──────── Information
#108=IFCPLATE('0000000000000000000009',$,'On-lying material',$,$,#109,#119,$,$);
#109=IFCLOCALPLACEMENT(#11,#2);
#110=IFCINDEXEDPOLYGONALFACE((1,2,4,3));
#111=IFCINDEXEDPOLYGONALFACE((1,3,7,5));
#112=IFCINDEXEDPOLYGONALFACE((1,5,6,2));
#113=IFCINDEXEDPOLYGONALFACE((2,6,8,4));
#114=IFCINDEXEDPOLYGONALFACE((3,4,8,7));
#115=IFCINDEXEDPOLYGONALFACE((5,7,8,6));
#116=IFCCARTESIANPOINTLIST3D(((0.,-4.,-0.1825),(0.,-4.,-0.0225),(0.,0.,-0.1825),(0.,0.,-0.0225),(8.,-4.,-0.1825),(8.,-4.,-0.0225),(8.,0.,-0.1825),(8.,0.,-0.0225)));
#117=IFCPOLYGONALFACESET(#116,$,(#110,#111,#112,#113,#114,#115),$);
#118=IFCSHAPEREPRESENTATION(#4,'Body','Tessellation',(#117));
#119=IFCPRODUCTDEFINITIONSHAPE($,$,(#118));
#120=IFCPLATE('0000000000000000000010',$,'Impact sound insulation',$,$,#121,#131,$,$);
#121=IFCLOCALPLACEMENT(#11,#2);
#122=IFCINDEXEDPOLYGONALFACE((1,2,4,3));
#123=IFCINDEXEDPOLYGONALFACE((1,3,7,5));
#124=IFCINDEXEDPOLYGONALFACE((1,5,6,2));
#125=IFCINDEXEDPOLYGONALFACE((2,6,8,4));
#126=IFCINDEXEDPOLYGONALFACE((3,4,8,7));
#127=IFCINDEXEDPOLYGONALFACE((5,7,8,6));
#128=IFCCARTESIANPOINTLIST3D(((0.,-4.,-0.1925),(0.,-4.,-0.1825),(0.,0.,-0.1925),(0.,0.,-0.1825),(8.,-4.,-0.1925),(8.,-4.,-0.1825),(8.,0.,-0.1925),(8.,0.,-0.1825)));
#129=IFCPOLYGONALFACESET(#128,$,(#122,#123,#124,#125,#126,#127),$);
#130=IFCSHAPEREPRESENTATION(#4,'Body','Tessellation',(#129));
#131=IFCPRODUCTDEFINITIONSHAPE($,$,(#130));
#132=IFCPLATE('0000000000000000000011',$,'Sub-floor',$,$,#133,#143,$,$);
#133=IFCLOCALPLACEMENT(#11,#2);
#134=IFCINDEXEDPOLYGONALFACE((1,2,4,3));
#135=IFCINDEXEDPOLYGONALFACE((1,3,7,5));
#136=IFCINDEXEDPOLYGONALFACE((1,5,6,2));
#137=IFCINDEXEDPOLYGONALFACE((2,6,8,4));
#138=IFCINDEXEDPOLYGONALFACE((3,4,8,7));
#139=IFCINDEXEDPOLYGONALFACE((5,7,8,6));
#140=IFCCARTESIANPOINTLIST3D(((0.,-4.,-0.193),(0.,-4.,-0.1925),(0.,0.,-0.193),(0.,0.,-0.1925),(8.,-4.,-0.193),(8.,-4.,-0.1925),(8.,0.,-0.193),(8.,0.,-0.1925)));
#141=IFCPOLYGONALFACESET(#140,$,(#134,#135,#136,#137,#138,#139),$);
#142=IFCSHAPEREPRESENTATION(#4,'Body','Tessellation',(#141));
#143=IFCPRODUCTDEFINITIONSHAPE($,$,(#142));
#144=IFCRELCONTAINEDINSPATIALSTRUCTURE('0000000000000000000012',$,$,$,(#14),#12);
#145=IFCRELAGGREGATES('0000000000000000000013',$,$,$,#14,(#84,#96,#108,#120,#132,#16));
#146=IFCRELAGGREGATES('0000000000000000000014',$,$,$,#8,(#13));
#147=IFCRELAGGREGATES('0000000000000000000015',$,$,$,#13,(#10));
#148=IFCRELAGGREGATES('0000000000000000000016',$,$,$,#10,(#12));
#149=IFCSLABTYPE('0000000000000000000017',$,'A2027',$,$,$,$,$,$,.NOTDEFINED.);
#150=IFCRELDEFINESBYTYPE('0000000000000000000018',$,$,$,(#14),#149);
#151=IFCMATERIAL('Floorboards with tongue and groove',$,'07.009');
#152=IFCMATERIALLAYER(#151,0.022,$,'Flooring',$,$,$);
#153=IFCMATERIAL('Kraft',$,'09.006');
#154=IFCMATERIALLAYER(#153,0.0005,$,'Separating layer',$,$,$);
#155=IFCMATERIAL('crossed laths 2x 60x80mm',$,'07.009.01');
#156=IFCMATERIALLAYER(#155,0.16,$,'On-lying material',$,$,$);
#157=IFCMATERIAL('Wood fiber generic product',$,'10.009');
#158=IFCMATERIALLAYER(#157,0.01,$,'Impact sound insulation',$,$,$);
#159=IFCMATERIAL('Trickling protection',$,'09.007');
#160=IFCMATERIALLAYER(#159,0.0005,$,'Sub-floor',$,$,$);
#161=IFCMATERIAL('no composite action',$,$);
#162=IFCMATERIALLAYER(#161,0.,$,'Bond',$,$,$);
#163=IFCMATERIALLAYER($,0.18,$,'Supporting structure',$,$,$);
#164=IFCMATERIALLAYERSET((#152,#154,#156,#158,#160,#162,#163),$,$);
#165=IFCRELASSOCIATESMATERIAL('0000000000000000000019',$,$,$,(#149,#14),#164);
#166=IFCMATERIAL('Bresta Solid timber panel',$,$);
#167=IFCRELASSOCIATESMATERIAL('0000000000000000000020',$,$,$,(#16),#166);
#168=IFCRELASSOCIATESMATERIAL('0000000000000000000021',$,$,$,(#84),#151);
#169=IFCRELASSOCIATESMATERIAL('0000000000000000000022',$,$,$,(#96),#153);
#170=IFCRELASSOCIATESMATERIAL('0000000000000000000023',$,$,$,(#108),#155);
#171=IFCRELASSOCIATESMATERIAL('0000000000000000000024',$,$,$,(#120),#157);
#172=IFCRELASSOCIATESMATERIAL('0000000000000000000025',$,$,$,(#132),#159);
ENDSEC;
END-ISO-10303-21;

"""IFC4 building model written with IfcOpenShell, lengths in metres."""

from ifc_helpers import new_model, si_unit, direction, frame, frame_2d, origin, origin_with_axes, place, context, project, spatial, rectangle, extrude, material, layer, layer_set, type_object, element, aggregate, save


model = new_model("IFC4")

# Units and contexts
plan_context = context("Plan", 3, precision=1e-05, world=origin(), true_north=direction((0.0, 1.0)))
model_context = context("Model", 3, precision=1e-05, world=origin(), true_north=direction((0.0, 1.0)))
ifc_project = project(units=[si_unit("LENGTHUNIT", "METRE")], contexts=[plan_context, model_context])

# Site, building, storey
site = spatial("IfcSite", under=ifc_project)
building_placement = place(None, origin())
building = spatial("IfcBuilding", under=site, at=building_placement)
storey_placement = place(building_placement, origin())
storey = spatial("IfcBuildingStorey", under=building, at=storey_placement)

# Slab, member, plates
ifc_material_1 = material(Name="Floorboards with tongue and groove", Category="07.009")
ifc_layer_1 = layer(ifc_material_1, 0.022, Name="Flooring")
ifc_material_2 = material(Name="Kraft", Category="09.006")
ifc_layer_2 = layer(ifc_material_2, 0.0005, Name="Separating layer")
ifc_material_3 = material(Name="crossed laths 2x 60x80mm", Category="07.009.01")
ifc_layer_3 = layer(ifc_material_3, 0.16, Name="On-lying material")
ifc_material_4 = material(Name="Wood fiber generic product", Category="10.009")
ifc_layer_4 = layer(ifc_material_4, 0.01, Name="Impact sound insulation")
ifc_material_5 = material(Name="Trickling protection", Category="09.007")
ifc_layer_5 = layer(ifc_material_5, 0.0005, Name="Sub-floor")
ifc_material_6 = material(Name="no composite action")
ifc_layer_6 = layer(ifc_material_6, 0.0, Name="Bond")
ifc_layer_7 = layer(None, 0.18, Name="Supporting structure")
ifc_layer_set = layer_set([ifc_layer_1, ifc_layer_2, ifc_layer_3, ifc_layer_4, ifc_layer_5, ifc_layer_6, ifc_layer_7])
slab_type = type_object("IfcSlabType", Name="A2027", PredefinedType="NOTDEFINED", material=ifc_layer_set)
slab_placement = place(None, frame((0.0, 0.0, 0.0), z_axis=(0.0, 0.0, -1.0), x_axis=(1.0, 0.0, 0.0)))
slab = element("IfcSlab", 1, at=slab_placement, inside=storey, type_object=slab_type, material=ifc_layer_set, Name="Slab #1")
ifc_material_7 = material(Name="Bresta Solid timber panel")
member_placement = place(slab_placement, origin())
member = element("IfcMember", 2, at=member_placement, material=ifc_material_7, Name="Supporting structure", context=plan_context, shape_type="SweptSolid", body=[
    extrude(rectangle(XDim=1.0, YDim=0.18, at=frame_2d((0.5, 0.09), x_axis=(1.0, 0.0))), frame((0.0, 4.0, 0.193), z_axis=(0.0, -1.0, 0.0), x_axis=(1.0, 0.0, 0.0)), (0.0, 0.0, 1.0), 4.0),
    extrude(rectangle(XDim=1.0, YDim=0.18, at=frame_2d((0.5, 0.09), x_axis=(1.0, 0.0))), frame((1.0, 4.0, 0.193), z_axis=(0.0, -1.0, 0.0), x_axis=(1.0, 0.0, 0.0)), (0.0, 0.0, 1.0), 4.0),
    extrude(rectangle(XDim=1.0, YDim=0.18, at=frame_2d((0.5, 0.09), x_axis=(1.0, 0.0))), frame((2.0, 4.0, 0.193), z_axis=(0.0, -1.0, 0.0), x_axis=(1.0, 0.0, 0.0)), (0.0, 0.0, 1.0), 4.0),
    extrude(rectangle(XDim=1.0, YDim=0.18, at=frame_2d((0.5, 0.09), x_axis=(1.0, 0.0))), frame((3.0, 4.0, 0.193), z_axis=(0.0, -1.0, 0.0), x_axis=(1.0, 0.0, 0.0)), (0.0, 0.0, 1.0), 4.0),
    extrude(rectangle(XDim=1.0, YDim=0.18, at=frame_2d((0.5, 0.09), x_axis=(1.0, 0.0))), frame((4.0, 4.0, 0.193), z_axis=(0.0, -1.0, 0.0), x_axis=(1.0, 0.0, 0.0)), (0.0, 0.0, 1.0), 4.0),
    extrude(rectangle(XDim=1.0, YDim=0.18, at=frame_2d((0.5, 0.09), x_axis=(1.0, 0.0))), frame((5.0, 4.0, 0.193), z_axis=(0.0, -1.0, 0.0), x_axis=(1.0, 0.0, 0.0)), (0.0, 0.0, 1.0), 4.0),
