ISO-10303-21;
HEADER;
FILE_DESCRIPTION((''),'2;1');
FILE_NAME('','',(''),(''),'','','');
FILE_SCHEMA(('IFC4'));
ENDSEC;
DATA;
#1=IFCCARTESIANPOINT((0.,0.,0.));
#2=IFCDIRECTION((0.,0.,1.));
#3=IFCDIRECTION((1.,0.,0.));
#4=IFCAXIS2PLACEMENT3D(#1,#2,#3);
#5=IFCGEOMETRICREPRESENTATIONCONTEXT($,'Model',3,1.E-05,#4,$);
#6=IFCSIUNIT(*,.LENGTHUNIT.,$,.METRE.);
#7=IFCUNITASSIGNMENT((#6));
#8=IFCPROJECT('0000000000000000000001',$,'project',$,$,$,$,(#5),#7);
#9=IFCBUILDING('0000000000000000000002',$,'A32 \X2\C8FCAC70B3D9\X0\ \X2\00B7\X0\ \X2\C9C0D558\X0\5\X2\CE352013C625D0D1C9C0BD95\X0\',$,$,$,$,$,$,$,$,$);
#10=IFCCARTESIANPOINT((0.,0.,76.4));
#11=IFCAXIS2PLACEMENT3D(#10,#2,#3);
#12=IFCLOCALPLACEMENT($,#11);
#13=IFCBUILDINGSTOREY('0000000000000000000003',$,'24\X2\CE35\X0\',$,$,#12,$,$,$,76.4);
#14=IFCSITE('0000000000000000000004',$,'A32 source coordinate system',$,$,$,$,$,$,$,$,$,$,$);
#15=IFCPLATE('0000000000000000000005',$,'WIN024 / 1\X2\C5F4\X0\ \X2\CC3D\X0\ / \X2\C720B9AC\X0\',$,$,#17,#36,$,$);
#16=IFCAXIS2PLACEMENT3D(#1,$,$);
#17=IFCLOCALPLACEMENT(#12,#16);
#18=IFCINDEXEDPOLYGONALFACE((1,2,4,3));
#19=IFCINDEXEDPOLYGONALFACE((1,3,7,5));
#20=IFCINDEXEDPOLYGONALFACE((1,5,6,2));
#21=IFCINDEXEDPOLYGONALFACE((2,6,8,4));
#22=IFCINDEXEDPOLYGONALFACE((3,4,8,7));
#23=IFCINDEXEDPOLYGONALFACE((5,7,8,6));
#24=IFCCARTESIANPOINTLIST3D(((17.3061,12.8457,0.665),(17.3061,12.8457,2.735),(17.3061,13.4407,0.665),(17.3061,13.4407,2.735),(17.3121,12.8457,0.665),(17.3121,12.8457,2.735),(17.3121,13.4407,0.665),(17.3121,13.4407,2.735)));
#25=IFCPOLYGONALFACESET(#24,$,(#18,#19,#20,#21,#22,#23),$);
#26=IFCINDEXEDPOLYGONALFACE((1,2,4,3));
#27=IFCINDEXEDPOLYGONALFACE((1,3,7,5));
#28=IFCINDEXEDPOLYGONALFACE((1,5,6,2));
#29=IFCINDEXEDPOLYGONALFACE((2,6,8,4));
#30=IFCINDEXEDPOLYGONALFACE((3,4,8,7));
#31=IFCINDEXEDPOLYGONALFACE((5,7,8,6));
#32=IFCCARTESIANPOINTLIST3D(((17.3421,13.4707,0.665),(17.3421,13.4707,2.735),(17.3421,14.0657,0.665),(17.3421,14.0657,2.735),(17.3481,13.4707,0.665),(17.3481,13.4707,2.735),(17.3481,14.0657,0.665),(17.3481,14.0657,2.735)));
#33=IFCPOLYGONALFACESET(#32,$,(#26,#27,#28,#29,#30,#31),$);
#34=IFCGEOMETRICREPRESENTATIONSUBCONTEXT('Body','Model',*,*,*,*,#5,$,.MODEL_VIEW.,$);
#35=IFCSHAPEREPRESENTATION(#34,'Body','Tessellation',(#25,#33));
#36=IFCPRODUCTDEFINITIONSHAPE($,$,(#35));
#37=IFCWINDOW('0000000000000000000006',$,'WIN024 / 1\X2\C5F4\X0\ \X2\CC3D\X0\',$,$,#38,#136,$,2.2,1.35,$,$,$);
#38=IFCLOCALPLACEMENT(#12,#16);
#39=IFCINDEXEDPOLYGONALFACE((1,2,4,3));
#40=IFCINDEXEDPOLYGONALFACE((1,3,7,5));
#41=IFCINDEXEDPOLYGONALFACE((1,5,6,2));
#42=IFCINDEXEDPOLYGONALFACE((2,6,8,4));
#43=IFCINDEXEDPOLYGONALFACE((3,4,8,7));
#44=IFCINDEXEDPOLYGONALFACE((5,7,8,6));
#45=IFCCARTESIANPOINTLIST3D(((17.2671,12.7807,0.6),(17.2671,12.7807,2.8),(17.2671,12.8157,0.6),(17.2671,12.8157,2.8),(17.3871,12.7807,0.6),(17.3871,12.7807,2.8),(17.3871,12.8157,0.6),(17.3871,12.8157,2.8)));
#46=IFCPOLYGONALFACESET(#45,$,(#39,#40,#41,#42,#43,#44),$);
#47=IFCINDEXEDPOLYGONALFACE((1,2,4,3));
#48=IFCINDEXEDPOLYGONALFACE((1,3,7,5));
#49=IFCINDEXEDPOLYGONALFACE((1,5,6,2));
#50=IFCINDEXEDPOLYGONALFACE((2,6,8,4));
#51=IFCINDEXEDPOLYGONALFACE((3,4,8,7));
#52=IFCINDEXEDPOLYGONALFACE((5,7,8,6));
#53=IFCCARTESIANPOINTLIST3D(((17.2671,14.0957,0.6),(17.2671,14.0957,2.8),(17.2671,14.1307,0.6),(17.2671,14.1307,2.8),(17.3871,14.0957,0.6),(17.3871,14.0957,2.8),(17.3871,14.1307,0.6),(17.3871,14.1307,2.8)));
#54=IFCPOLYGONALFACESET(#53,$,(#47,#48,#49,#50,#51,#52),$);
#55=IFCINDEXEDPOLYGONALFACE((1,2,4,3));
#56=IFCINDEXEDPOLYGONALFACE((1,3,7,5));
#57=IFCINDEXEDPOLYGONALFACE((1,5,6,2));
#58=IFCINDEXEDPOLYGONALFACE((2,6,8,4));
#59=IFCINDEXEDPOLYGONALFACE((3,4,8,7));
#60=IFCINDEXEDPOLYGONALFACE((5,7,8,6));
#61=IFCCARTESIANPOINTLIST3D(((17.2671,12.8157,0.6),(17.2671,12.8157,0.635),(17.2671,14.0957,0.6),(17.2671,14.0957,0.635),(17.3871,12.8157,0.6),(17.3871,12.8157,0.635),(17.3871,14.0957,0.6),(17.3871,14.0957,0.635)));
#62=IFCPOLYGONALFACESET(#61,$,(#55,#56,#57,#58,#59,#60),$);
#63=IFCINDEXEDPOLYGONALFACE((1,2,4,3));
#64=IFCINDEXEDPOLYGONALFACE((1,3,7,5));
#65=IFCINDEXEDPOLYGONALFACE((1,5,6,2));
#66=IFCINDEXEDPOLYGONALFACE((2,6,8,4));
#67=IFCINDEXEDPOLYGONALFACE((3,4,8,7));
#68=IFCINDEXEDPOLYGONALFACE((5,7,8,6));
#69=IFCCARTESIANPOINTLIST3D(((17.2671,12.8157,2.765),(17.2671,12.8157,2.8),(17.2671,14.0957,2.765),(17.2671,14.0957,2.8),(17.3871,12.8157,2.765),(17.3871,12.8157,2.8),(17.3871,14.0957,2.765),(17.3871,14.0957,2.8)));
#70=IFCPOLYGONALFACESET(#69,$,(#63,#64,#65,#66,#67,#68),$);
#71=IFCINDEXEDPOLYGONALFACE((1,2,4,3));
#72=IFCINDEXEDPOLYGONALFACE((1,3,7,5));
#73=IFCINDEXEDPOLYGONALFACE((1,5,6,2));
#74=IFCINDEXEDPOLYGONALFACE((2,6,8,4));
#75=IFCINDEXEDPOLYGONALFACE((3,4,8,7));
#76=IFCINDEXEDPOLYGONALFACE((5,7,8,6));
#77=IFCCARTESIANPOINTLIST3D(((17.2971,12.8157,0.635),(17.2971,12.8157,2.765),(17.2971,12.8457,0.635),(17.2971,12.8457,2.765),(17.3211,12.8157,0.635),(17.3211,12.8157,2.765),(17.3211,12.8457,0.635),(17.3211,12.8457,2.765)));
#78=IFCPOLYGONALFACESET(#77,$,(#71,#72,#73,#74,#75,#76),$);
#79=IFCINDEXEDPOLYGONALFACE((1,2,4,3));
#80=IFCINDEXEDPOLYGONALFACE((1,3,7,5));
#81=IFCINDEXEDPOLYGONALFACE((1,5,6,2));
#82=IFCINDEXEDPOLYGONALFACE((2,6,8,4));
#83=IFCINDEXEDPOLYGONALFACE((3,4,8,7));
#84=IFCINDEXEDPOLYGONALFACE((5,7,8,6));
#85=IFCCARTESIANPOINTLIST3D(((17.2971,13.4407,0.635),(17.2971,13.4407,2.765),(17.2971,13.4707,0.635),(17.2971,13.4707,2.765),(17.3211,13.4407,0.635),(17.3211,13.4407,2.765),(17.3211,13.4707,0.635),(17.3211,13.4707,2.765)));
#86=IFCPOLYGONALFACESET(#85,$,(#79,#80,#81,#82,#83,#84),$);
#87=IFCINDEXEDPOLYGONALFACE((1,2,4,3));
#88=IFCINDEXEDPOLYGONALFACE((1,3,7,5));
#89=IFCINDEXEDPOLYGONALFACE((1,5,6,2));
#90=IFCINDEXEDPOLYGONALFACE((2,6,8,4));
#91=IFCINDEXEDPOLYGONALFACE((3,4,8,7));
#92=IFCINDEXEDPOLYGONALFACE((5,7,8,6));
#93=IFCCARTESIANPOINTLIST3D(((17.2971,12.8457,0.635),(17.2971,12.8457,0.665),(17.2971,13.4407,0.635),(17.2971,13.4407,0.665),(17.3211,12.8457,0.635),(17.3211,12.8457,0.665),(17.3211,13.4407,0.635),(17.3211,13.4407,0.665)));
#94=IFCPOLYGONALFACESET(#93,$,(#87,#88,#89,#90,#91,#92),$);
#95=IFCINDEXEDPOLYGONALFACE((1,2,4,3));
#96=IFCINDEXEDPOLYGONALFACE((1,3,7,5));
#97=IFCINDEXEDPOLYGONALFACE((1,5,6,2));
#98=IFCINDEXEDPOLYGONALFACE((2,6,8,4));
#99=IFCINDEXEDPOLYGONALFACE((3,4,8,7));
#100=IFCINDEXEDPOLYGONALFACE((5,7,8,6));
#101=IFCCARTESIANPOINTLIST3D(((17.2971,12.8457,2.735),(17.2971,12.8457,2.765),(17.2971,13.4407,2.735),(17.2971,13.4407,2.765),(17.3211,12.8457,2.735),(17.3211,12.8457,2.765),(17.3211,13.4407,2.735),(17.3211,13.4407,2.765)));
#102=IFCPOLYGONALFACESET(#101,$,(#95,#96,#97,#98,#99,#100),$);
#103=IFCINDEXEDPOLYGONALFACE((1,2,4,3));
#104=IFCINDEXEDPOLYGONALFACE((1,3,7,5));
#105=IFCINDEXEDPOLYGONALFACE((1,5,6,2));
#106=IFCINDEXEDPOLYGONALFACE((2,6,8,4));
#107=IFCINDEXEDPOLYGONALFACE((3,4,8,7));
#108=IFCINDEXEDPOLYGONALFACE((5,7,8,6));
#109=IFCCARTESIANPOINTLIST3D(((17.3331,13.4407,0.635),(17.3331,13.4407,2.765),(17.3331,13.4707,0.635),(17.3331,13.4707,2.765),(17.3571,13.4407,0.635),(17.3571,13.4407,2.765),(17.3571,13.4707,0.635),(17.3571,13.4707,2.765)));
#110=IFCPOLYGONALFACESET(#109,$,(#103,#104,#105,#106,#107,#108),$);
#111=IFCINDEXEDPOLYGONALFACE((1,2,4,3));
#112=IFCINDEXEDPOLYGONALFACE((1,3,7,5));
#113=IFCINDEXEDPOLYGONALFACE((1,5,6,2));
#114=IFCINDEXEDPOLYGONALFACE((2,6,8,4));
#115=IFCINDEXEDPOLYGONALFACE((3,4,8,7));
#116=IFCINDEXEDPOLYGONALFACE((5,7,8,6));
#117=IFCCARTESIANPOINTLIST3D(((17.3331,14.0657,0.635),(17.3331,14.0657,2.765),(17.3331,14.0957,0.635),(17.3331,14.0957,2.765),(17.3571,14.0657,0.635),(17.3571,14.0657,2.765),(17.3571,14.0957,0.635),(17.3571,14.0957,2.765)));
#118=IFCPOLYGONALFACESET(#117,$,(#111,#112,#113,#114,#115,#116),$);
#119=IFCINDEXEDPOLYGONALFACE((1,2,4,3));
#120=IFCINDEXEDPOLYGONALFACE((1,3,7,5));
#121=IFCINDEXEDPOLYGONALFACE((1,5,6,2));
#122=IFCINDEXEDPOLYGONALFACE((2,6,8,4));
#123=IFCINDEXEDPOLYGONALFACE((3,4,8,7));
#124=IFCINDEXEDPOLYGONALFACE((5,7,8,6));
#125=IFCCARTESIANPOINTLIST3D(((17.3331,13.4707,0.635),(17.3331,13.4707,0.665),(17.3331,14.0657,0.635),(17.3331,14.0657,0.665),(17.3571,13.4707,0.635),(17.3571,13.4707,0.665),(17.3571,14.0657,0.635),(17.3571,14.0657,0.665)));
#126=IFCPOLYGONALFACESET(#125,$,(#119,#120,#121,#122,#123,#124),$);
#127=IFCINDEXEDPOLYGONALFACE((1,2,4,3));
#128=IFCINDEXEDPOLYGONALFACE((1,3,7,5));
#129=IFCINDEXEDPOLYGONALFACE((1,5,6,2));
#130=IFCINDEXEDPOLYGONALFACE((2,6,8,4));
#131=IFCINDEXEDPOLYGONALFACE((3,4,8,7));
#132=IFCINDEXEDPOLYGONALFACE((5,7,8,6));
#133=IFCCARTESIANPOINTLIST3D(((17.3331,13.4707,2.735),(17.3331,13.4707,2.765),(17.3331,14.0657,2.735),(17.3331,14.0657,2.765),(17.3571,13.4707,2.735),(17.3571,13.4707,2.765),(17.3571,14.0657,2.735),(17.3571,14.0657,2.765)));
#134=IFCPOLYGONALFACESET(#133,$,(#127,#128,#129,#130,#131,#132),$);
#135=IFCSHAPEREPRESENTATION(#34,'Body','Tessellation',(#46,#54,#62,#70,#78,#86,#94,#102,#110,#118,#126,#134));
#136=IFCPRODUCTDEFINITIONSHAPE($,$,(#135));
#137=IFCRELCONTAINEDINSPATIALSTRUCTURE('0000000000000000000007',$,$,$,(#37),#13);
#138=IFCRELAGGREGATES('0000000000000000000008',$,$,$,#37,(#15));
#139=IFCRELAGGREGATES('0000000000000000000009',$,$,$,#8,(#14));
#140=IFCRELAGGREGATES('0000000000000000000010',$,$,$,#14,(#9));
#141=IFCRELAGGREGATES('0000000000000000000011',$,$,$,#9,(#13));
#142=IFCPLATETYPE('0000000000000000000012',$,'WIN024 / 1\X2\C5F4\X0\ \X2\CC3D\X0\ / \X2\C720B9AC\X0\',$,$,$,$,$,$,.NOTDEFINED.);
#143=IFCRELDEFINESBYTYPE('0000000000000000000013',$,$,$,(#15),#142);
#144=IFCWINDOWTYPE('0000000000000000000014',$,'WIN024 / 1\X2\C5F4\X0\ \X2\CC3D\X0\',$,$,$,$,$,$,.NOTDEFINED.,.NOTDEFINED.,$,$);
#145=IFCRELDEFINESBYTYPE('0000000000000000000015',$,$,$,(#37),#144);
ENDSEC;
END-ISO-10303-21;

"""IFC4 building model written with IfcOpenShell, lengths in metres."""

from ifc_helpers import new_model, si_unit, frame, origin, origin_with_axes, place, context, subcontext, project, spatial, polyline, outline, extrude, source, transform, mapped, type_object, type_shapes, element, aggregate, save


model = new_model("IFC4")

# Units and contexts
model_context = context("Model", 3, precision=1e-05, world=origin_with_axes())
body_context = subcontext(model_context, "Body", "Model", "MODEL_VIEW")
ifc_project = project(units=[si_unit("LENGTHUNIT", "METRE")], contexts=[model_context])

# Site, building, storey
site = spatial("IfcSite", under=ifc_project, Name="A32 source coordinate system")
building = spatial("IfcBuilding", under=site, Name="A32 주거동 · 지하5층–옥탑지붕")
storey_placement = place(None, frame((0.0, 0.0, 76.4), z_axis=(0.0, 0.0, 1.0), x_axis=(1.0, 0.0, 0.0)))
storey = spatial("IfcBuildingStorey", under=building, at=storey_placement, Name="24층", Elevation=76.4)

# Plate
plate_type_1 = type_object("IfcPlateType", Name="WIN024 / 1열 창 / 유리", PredefinedType="NOTDEFINED")
shared_shape_1 = source(origin(), body_context, "Body", "SweptSolid", [
    extrude(outline(polyline([(17.3061, 12.8457), (17.3061, 13.4407), (17.3121, 13.4407), (17.3121, 12.8457), (17.3061, 12.8457)])), frame((0.0, 0.0, 0.665)), (0.0, 0.0, 1.0), 2.07),
    extrude(outline(polyline([(17.3421, 13.4707), (17.3421, 14.0657), (17.3481, 14.0657), (17.3481, 13.4707), (17.3421, 13.4707)])), frame((0.0, 0.0, 0.665)), (0.0, 0.0, 1.0), 2.07),
])
type_shapes(plate_type_1, [shared_shape_1])
window_1_placement = place(storey_placement, origin_with_axes())
plate_1_placement = place(window_1_placement, origin_with_axes())
plate_1 = element("IfcPlate", 1, at=plate_1_placement, type_object=plate_type_1, Name="WIN024 / 1열 창 / 유리", context=body_context, shape_type="MappedRepresentation", body=[
    mapped(shared_shape_1, transform((0.0, 0.0, 0.0), scale=1.0)),
])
────────────────
* Task statement: Pull every line holding "IFCPRODUCTDEFINITIONSHAPE" out of the records.

* The answer:
#119=IFCPRODUCTDEFINITIONSHAPE($,$,(#118));
#131=IFCPRODUCTDEFINITIONSHAPE($,$,(#130));
#143=IFCPRODUCTDEFINITIONSHAPE($,$,(#142));
#36=IFCPRODUCTDEFINITIONSHAPE($,$,(#35));
#136=IFCPRODUCTDEFINITIONSHAPE($,$,(#135));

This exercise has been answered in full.